7.3.2  Inference for Paired Means
7.3.2  Inference for Paired MeansIntroduction
When we developed the inference for the independent samples, we depended on the statistical theory to help us. The theory, however, required the samples to be independent. What can we do when the two samples are not independent, i.e., the data is paired?
Consider an example where we are interested in a person’s weight before implementing a diet plan and after. Since the interest is focusing on the difference, it makes sense to “condense” these two measurements into one and consider the difference between the two measurements. For example, if instead of considering the two measures, we take the before diet weight and subtract the after diet weight. The difference makes sense too! It is the weight lost on the diet.
When we take the two measurements to make one measurement (i.e., the difference), we are now back to the one sample case! Now we can apply all we learned for the one sample mean to the difference (Cool!)
The Confidence Interval for the Difference of Paired Means, \(\mu_d\)

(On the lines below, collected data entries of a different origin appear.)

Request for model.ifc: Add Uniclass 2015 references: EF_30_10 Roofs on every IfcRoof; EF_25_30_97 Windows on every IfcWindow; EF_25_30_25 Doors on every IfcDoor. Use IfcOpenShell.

First a look at what the model holds.

```python
import ifcopenshell

model = ifcopenshell.open("model.ifc")
print(model.schema)
print("classifications:", [c.Name for c in model.by_type("IfcClassification")])
for ifc_class in ("IfcDoor", "IfcRoof", "IfcStair", "IfcWall", "IfcWindow"):
    print(ifc_class, len(model.by_type(ifc_class)))
```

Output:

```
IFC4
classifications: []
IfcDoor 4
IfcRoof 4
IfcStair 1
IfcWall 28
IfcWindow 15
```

```python
import ifcopenshell
import ifcopenshell.api.classification

model = ifcopenshell.open("model.ifc")

system = ifcopenshell.api.classification.add_classification(model, classification="Uniclass 2015")

codes = {
    "IfcRoof": ("EF_30_10", "Roofs"),
    "IfcWindow": ("EF_25_30_97", "Windows"),
    "IfcDoor": ("EF_25_30_25", "Doors"),
}
for ifc_class, (code, name) in codes.items():
    products = model.by_type(ifc_class)
    ifcopenshell.api.classification.add_reference(
        model, products=products, classification=system, identification=code, name=name
    )
    print(code, len(products))

model.write("model_v2.ifc")
```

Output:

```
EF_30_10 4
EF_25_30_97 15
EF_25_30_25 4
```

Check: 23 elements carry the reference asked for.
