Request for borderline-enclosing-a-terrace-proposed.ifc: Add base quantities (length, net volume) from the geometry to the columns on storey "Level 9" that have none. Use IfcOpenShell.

First a look at what the model holds.

```python
import ifcopenshell
import ifcopenshell.util.element
import ifcopenshell.util.unit

model = ifcopenshell.open("borderline-enclosing-a-terrace-proposed.ifc")
print(model.schema)
for unit_type in ("LENGTHUNIT", "AREAUNIT", "VOLUMEUNIT"):
    print(unit_type, ifcopenshell.util.unit.calculate_unit_scale(model, unit_type))
storey = next(s for s in model.by_type("IfcBuildingStorey") if s.Name == "Level 9")
columns = [e for e in ifcopenshell.util.element.get_decomposition(storey) if e.is_a("IfcColumn")]
for e in sorted(columns, key=lambda e: e.id()):
    print(e.id(), e.is_a(), e.Name, list(ifcopenshell.util.element.get_psets(e, qtos_only=True)), sep=" | ")
```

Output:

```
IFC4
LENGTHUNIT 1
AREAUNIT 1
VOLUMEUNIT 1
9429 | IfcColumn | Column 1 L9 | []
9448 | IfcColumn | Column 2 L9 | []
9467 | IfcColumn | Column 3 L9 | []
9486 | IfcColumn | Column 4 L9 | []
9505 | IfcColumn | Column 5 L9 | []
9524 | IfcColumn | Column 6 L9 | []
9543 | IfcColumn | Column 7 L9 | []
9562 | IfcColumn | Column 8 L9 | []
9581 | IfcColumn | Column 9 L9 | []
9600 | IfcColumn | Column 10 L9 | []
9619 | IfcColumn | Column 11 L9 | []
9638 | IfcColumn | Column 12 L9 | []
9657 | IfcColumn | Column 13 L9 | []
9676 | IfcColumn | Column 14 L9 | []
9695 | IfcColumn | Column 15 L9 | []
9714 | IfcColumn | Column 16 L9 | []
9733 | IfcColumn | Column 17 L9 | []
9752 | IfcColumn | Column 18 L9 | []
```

```python
import ifcopenshell
import ifcopenshell.api.pset
import ifcopenshell.geom
import ifcopenshell.util.element
import ifcopenshell.util.shape
import ifcopenshell.util.unit

model = ifcopenshell.open("borderline-enclosing-a-terrace-proposed.ifc")
unit_scale = ifcopenshell.util.unit.calculate_unit_scale(model)
volume_scale = ifcopenshell.util.unit.calculate_unit_scale(model, "VOLUMEUNIT")
settings = ifcopenshell.geom.settings()

storey = next(s for s in model.by_type("IfcBuildingStorey") if s.Name == "Level 9")
columns = [e for e in ifcopenshell.util.element.get_decomposition(storey) if e.is_a("IfcColumn")]

for e in sorted(columns, key=lambda e: e.id()):
    if ifcopenshell.util.element.get_psets(e, qtos_only=True, should_inherit=False):
        continue
    # Geometry comes back in metres, in the element's own axes.
    shape = ifcopenshell.geom.create_shape(settings, e)
    values = {
        "Length": ifcopenshell.util.shape.get_z(shape.geometry) / unit_scale,
        "NetVolume": ifcopenshell.util.shape.get_volume(shape.geometry) / volume_scale,
    }
    qto = ifcopenshell.api.pset.add_qto(model, product=e, name="Qto_ColumnBaseQuantities")
    ifcopenshell.api.pset.edit_qto(model, qto=qto, properties=values)
    print(e.id(), {k: round(v, 3) for k, v in values.items()})

model.write("borderline-enclosing-a-terrace-proposed_v2.ifc")
```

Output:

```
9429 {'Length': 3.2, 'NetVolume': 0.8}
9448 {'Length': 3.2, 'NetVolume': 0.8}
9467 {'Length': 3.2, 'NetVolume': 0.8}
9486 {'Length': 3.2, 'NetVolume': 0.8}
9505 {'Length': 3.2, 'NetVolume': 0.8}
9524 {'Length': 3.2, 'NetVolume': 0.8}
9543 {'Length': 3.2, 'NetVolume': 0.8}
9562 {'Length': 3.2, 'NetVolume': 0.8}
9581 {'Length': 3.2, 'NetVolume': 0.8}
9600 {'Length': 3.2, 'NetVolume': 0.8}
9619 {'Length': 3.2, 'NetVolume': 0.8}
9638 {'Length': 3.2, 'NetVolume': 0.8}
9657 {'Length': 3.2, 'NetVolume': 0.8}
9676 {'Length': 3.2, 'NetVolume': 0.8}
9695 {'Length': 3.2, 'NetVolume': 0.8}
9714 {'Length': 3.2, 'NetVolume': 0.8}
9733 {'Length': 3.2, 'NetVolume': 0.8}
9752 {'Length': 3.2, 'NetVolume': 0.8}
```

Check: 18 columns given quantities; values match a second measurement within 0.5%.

When we consider the difference of two measurements, the parameter of interest is the mean difference, denoted \(\mu_d\). The mean difference is the mean of the differences. We are still interested in comparing this difference to zero.
Suppose we have two paired samples of size \(n\):
\(x_1, x_2, …., x_n\) and \(y_1, y_2, … , y_n\)
Their difference can be denoted as:
\(d_1=x_1y_1, d_2=x_2y_2, …., d_n=x_ny_n\)
The sample mean of the differences is:
\(\bar{d}=\frac{1}{n}\sum_{i=1}^n d_i\)
Denote the sample standard deviation of the differences as \(s_d\).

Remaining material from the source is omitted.